Tennessee Woman Wins Complaint Over Forced Removal of Hijab by Authorities

Sophia Johnston, a devout Muslim who was forced to remove her hijab by Rutherford County, Tennessee law enforcement, has successfully sued the county and its sheriff’s office for infringing on the right to practice her religion without interference.

Tennessee court house
Rutherford County Courthouse in Murfreesboro, Tennessee (Photo by Pollinator/Creative Commons)

The settlement includes damages of $100,000 to Johnston as well as the county’s agreement to revise its booking and jail policies in accordance with the First Amendment and remove all booking photos and video footage that show Johnston without her head covering.

According to the lawsuit filed in November, police detained Johnston for a minor misdemeanor—since dismissed—then told her that if she failed to remove her hijab for the booking photo, she would “remain in jail” until she had done so.

“This is a historic win for Ms. Johnston and her entire religious community.” 

Requiring an observant Muslim woman to remove her hijab in front of men who are not family members is “humiliating and degrading—akin to requiring a woman to take off her shirt in public,” according to court documents.

Johnston, a mother of eight, “could not afford to be incarcerated indefinitely,” and so “relented under strenuous protest,” the lawsuit argued.

Of the incident, Johnston said, “I just remember feeling alone… I just felt like my rights were being violated in the worst way.”

Thanks to Johnston’s settlement, no one else will endure what she did. Under the revised booking policy, “arrestees and citation recipients are not required to remove religious head coverings for booking photos as long as the view of the face and profile are not obstructed by religious attire.”

Under the new detention and jailing protocols, persons “wearing religious head coverings must remove the covering and allow the head to be searched,” but the search should “be conducted outside the presence of members of the opposite sex.”
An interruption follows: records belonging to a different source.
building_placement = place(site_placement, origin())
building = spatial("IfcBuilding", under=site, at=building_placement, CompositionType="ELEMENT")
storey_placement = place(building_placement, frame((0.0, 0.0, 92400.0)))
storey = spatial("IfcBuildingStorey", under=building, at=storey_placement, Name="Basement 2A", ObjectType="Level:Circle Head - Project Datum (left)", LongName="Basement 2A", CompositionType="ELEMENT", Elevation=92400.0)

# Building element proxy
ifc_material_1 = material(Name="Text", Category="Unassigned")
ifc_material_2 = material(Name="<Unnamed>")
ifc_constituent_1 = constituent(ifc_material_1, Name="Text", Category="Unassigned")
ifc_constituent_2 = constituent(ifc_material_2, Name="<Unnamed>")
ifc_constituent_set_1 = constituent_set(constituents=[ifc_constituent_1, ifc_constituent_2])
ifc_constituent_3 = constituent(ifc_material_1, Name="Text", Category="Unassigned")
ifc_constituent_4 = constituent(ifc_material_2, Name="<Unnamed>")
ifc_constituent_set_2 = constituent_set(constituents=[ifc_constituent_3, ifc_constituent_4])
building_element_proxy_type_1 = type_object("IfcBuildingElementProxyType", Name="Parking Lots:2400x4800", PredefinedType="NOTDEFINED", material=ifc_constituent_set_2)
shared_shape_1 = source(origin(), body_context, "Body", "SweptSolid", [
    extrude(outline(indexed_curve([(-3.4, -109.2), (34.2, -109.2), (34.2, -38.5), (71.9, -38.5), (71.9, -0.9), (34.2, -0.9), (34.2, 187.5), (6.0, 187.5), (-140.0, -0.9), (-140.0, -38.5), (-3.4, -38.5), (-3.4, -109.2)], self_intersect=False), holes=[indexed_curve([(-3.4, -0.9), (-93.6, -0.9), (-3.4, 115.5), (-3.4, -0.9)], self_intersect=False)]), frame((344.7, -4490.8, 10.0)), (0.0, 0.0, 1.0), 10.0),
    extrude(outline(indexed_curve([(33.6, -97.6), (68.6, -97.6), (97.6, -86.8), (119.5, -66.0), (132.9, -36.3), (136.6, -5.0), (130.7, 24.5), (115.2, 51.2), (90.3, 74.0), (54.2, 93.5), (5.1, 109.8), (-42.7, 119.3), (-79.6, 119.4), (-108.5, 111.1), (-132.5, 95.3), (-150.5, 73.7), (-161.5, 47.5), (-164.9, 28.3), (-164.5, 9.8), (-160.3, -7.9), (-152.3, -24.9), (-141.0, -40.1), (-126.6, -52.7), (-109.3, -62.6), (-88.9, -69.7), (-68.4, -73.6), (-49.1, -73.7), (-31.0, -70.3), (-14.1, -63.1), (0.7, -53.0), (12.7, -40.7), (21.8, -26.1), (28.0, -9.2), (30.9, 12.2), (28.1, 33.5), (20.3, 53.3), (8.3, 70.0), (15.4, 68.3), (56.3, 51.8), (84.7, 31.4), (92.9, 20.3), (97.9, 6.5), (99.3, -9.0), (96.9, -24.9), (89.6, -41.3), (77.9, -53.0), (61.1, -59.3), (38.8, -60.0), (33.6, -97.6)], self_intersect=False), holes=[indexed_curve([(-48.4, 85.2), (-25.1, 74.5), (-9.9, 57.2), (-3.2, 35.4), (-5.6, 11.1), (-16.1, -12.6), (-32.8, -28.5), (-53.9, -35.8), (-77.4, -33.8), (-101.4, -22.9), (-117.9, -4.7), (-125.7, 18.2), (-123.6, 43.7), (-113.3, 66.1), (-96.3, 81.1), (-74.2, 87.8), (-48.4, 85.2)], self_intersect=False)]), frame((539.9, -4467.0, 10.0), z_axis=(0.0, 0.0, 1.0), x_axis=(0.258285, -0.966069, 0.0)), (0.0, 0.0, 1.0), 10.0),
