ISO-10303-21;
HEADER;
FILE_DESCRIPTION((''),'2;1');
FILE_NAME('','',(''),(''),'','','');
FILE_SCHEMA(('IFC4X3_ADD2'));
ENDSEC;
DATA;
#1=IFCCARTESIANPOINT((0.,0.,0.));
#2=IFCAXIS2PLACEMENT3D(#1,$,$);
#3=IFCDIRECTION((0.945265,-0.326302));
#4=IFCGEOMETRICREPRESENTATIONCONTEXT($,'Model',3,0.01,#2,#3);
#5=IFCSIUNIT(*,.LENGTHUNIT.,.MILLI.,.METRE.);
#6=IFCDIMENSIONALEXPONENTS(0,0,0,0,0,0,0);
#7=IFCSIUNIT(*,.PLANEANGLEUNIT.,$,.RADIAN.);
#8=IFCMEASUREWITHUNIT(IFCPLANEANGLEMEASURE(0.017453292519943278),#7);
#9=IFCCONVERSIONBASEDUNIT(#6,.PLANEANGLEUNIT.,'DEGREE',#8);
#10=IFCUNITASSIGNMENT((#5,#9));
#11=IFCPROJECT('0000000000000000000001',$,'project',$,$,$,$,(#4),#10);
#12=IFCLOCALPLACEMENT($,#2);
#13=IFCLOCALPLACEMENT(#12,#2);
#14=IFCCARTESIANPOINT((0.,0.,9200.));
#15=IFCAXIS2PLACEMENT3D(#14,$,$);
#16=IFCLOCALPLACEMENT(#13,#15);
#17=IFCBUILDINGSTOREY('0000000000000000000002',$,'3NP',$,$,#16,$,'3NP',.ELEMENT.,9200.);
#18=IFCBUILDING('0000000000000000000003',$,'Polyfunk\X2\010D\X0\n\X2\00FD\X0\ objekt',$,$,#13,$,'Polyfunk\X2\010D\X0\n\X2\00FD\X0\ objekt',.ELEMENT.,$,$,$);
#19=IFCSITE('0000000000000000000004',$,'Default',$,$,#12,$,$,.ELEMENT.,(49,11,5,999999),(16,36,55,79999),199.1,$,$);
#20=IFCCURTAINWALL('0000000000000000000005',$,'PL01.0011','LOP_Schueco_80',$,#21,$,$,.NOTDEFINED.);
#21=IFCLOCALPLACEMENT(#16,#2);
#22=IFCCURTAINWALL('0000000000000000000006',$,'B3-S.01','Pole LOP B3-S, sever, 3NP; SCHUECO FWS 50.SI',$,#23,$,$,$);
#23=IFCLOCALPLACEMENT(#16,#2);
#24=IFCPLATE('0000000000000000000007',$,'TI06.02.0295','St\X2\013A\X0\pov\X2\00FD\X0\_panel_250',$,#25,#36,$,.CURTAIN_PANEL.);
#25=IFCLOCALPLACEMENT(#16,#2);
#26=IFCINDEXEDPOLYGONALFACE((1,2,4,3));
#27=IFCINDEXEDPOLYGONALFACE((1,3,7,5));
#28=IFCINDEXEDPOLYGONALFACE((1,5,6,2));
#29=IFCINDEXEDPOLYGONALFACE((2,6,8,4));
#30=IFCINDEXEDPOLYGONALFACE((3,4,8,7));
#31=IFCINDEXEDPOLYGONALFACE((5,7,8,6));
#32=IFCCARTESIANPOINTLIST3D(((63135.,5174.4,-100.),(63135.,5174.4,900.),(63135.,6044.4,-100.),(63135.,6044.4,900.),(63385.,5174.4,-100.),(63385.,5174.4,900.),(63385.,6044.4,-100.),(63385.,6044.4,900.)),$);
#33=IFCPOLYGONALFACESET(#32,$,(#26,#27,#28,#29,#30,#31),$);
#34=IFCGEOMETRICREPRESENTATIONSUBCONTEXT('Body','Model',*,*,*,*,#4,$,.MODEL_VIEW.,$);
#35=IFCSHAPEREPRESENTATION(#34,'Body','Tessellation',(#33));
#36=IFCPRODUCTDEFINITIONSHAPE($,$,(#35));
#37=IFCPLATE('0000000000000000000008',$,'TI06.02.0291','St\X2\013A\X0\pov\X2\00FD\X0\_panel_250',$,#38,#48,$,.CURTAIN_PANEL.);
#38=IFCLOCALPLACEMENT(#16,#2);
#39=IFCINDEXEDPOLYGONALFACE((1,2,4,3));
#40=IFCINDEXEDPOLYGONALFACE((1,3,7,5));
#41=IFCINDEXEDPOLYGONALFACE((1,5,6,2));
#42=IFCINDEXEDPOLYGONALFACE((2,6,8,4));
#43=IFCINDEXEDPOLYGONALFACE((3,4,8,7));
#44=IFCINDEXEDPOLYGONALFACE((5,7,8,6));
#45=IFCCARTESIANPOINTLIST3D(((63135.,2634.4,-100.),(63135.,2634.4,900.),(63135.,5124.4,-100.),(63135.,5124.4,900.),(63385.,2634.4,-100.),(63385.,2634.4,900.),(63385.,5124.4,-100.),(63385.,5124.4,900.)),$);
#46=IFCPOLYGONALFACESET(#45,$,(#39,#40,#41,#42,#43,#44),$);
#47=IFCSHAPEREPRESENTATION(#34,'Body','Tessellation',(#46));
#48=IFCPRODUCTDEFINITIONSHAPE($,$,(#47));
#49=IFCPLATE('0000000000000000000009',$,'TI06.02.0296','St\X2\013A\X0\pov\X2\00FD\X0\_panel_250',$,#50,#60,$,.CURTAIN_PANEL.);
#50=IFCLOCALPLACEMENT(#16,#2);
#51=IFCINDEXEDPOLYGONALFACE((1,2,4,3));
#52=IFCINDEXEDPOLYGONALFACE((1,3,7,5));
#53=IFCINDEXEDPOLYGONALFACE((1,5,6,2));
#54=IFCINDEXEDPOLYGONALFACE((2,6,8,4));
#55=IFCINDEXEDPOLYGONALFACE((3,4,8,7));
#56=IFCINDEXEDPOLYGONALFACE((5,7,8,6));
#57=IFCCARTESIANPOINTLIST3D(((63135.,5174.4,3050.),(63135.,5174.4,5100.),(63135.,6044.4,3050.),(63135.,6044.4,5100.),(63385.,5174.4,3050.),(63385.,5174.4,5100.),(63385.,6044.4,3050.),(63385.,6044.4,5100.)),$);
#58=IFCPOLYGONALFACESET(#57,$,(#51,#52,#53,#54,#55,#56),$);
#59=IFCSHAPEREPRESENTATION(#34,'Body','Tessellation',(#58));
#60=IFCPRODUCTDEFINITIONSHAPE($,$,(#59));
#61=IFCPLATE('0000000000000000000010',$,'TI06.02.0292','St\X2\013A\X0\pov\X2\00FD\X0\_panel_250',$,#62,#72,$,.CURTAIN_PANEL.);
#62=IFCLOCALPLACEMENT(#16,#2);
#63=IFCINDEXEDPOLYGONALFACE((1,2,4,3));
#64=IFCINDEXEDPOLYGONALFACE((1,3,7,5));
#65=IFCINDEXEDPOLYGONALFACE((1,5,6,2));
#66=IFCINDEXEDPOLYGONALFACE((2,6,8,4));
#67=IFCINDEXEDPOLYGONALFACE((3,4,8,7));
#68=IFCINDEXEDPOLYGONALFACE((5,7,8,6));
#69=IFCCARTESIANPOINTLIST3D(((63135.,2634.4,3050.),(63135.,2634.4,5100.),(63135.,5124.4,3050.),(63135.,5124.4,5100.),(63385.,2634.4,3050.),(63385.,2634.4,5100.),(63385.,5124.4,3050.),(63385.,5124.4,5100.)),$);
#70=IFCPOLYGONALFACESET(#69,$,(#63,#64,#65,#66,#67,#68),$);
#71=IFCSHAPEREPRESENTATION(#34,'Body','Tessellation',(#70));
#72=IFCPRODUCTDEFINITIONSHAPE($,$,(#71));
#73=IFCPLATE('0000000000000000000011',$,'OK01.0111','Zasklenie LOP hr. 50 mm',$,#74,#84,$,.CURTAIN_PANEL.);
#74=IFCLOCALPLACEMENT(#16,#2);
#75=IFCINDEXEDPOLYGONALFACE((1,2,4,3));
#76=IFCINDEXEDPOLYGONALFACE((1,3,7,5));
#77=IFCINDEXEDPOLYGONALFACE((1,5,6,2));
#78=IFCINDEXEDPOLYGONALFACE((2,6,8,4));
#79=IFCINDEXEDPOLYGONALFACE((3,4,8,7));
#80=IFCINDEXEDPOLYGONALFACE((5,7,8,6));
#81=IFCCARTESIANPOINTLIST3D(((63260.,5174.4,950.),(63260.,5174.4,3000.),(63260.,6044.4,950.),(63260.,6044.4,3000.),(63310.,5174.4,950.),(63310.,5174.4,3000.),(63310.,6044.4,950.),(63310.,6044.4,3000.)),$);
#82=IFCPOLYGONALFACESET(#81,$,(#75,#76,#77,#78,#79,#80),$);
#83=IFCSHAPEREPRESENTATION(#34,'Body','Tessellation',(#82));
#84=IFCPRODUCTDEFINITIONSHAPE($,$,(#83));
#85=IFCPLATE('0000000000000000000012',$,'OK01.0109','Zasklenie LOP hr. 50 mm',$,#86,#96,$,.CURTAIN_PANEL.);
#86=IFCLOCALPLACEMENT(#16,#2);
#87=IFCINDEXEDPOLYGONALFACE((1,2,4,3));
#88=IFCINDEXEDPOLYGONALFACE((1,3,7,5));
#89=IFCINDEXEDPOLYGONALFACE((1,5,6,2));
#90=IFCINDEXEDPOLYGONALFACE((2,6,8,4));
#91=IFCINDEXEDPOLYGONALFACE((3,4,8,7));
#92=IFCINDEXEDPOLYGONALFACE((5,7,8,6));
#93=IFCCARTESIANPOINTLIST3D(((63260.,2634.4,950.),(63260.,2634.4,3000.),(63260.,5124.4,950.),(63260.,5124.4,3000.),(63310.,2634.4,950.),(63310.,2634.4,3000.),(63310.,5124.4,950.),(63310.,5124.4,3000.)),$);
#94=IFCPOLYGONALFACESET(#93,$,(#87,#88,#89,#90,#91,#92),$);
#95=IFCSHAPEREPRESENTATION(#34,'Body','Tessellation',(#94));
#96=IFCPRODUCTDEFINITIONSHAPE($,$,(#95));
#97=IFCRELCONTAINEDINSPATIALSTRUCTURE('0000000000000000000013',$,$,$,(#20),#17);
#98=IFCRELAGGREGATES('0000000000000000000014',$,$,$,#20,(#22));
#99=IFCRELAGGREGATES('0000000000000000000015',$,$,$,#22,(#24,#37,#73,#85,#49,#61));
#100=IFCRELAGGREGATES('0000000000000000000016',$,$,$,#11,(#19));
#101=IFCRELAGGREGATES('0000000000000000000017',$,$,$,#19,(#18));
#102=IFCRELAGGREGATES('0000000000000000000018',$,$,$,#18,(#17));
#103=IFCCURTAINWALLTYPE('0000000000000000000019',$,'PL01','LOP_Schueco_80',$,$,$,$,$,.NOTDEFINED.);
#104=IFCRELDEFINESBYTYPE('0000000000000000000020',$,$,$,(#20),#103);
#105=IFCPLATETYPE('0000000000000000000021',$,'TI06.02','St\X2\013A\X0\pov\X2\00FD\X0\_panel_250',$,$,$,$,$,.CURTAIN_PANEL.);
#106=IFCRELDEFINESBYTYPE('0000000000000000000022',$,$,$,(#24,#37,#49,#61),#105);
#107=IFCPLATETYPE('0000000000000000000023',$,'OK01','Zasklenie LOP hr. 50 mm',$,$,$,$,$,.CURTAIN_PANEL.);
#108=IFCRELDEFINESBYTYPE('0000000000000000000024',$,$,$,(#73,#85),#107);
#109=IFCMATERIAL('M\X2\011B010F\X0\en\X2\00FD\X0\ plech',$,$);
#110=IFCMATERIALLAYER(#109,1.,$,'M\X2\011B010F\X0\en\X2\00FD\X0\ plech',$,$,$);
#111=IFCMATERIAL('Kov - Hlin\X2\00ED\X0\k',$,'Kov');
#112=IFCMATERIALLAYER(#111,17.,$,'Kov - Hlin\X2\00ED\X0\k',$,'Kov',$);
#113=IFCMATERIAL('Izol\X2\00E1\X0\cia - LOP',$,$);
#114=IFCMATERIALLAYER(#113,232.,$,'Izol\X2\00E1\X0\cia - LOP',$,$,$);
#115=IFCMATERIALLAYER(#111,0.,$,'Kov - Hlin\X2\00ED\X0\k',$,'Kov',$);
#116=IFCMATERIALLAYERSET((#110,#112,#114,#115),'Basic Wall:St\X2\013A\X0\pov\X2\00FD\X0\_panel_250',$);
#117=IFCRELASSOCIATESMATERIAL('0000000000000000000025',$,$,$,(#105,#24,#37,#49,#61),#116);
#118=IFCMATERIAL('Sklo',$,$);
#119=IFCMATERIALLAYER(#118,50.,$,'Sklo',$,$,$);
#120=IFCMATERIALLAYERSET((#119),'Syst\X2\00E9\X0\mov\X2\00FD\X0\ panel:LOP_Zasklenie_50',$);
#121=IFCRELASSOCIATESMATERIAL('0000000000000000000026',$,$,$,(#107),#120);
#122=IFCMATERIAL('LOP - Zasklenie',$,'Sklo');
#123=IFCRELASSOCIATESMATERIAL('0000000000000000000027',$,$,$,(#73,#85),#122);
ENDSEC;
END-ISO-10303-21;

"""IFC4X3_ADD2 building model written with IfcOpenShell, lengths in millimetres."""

from ifc_helpers import new_model, entity, si_unit, converted_unit, direction, frame, frame_2d, origin, origin_2d_with_axis, place, context, subcontext, project, spatial, rectangle, extrude, source, transform, mapped, material, layer, layer_set, layer_usage, type_object, type_shapes, element, aggregate, save


model = new_model("IFC4X3_ADD2")

# Units and contexts
model_context = context("Model", 3, precision=0.01, world=origin(), true_north=direction((0.945265, -0.326302)))
body_context = subcontext(model_context, "Body", "Model", "MODEL_VIEW")
ifc_project = project(units=[si_unit("LENGTHUNIT", "METRE", prefix="MILLI"), converted_unit("PLANEANGLEUNIT", "DEGREE", entity("IfcPlaneAngleMeasure", 0.017453292519943278), si_unit("PLANEANGLEUNIT", "RADIAN"), dimensions=[0, 0, 0, 0, 0, 0, 0])], contexts=[model_context])

# Site, building, storey
site_placement = place(None, origin())
site = spatial("IfcSite", under=ifc_project, at=site_placement, Name="Default", CompositionType="ELEMENT", RefLatitude=(49, 11, 5, 999999), RefLongitude=(16, 36, 55, 79999), RefElevation=199.1)
building_placement = place(site_placement, origin())
building = spatial("IfcBuilding", under=site, at=building_placement, Name="Polyfunkčný objekt", LongName="Polyfunkčný objekt", CompositionType="ELEMENT")
storey_placement = place(building_placement, frame((0.0, 0.0, 9200.0)))
storey = spatial("IfcBuildingStorey", under=building, at=storey_placement, Name="3NP", LongName="3NP", CompositionType="ELEMENT", Elevation=9200.0)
“This is a historic win for Ms. Johnston and her entire religious community,” said Daniel Horwitz, Johnston’s lawyer. “Citizens have the right to practice their religion without unreasonable governmental interference, and we are proud to have vindicated Ms. Johnston’s rights and secured permanent policy changes that will prevent violations like this from recurring. Every government agency in Tennessee should take notice.”

“I’m extremely grateful,” Johnston said of the settlement. “It feels like I’m not just a voice just for myself, [but] a voice to all religions to let them know that it’s okay to practice religion, to stand up for your rights and hopefully empower others to do the same.”